Search the records for "Body" and copy each line that holds it.

*Records for the exercise*.
════════════════
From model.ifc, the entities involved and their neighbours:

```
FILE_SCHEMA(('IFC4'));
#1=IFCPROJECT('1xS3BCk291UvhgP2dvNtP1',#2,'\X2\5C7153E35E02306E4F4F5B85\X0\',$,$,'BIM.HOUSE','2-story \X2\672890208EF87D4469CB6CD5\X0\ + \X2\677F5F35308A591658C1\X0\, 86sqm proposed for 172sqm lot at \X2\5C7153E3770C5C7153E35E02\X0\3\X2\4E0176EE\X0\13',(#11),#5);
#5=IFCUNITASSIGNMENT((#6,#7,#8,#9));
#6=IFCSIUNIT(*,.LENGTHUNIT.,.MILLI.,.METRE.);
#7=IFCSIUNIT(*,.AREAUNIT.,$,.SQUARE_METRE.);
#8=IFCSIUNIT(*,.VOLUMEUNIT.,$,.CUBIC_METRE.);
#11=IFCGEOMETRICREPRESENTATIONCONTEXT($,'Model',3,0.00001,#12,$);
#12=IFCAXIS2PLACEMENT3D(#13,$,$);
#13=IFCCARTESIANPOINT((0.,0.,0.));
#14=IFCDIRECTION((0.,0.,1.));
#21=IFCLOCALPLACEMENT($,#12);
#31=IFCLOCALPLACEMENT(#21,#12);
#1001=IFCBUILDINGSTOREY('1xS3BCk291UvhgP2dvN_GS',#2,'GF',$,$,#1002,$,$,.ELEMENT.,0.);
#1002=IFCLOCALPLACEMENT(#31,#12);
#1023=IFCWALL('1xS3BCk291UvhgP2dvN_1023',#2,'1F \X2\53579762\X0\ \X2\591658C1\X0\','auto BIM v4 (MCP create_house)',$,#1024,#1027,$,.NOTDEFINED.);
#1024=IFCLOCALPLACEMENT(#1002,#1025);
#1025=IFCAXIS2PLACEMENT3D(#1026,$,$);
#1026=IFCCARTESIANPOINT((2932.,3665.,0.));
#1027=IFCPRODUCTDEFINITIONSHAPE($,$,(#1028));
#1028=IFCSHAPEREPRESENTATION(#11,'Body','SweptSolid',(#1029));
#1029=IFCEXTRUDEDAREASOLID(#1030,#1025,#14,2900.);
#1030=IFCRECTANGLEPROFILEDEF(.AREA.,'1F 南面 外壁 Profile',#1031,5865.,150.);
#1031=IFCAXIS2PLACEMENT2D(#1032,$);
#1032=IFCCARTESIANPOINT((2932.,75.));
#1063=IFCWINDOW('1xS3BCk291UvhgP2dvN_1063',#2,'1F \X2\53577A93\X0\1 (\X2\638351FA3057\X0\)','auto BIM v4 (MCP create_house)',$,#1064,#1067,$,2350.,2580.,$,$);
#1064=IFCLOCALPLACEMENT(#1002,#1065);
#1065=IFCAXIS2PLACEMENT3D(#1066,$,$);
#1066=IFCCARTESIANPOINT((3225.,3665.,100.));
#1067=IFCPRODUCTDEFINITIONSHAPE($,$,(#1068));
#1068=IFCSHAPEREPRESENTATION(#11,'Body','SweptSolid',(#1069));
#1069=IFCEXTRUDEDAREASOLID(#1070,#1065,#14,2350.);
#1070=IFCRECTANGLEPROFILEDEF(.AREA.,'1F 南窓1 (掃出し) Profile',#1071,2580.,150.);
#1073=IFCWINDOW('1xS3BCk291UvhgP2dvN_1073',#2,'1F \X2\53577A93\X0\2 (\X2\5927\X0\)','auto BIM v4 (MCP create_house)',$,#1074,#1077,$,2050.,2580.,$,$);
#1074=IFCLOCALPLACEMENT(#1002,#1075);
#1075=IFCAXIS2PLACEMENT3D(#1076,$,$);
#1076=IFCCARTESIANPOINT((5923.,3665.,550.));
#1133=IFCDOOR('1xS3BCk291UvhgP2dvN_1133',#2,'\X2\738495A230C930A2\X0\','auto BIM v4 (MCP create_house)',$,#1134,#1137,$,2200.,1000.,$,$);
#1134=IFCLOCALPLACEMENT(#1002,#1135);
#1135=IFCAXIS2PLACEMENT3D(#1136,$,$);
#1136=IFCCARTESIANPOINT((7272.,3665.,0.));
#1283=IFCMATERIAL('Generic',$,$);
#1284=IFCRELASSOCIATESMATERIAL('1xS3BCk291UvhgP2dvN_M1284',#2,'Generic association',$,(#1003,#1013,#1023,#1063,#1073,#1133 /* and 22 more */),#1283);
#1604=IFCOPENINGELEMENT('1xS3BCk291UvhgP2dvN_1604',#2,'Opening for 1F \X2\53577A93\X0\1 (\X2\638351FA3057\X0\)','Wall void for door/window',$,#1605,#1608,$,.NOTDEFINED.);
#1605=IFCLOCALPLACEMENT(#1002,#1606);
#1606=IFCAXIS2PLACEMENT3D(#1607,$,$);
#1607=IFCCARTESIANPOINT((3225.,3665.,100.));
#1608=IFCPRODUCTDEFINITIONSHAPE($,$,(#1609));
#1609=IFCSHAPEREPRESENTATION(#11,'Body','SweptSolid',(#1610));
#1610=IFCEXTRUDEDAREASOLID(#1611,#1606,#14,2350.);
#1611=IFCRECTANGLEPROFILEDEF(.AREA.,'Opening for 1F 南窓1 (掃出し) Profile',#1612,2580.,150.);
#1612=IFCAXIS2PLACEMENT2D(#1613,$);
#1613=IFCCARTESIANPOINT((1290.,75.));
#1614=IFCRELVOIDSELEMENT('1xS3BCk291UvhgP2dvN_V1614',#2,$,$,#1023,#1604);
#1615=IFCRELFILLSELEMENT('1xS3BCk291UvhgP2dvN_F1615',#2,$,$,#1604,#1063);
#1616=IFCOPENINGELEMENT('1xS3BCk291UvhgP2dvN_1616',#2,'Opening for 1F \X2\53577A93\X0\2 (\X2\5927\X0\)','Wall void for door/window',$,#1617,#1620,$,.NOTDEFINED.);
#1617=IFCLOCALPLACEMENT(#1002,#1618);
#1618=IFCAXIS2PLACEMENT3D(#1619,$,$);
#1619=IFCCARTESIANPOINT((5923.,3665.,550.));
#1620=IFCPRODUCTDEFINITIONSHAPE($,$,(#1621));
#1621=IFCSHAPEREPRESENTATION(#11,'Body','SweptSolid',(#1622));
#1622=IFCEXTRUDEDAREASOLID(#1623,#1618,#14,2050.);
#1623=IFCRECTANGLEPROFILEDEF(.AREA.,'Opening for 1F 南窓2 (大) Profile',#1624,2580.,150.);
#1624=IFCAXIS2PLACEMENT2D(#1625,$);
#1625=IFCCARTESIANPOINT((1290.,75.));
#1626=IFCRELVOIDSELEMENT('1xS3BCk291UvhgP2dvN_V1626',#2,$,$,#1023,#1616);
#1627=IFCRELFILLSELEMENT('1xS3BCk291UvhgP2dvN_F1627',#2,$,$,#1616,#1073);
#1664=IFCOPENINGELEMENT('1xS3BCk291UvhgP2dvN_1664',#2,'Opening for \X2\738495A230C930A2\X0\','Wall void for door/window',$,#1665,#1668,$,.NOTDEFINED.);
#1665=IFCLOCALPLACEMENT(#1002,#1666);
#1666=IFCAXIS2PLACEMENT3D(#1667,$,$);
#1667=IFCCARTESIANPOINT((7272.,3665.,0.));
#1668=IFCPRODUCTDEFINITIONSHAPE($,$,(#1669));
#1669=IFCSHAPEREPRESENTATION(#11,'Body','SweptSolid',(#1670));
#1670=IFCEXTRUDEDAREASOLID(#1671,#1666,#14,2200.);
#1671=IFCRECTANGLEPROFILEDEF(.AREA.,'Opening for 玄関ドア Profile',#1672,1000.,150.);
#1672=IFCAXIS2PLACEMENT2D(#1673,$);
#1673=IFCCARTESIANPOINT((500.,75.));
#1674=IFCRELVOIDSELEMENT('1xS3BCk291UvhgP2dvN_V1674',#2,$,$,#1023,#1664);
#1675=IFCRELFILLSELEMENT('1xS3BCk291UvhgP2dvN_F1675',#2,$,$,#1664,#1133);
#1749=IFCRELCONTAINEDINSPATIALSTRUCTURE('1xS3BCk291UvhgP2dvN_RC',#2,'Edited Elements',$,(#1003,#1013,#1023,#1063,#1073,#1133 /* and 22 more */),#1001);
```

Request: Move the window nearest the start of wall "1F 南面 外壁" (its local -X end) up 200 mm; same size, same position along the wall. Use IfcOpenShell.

```python
import numpy as np
import ifcopenshell
import ifcopenshell.api.geometry
import ifcopenshell.util.placement
import ifcopenshell.util.unit

model = ifcopenshell.open("model.ifc")
unit_scale = ifcopenshell.util.unit.calculate_unit_scale(model)

window = model.by_guid("1xS3BCk291UvhgP2dvN_1063")
opening = window.FillsVoids[0].RelatingOpeningElement
dz = 0.2 / unit_scale

shift = np.array([0.0, 0.0, dz])
# The window is not placed relative to its opening, so move both.
for product in (opening, window):
    matrix = ifcopenshell.util.placement.get_local_placement(product.ObjectPlacement)
    matrix[:3, 3] += shift
    ifcopenshell.api.geometry.edit_object_placement(model, product=product, matrix=matrix, is_si=False)

print(f"moved by {dz * unit_scale:+.3f} m")

model.write("model-out.ifc")
```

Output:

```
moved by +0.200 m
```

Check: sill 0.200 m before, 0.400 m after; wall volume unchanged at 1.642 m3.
════════════════
*Result of the task*.
#1028=IFCSHAPEREPRESENTATION(#11,'Body','SweptSolid',(#1029));
#1068=IFCSHAPEREPRESENTATION(#11,'Body','SweptSolid',(#1069));
#1609=IFCSHAPEREPRESENTATION(#11,'Body','SweptSolid',(#1610));
#1621=IFCSHAPEREPRESENTATION(#11,'Body','SweptSolid',(#1622));
#1669=IFCSHAPEREPRESENTATION(#11,'Body','SweptSolid',(#1670));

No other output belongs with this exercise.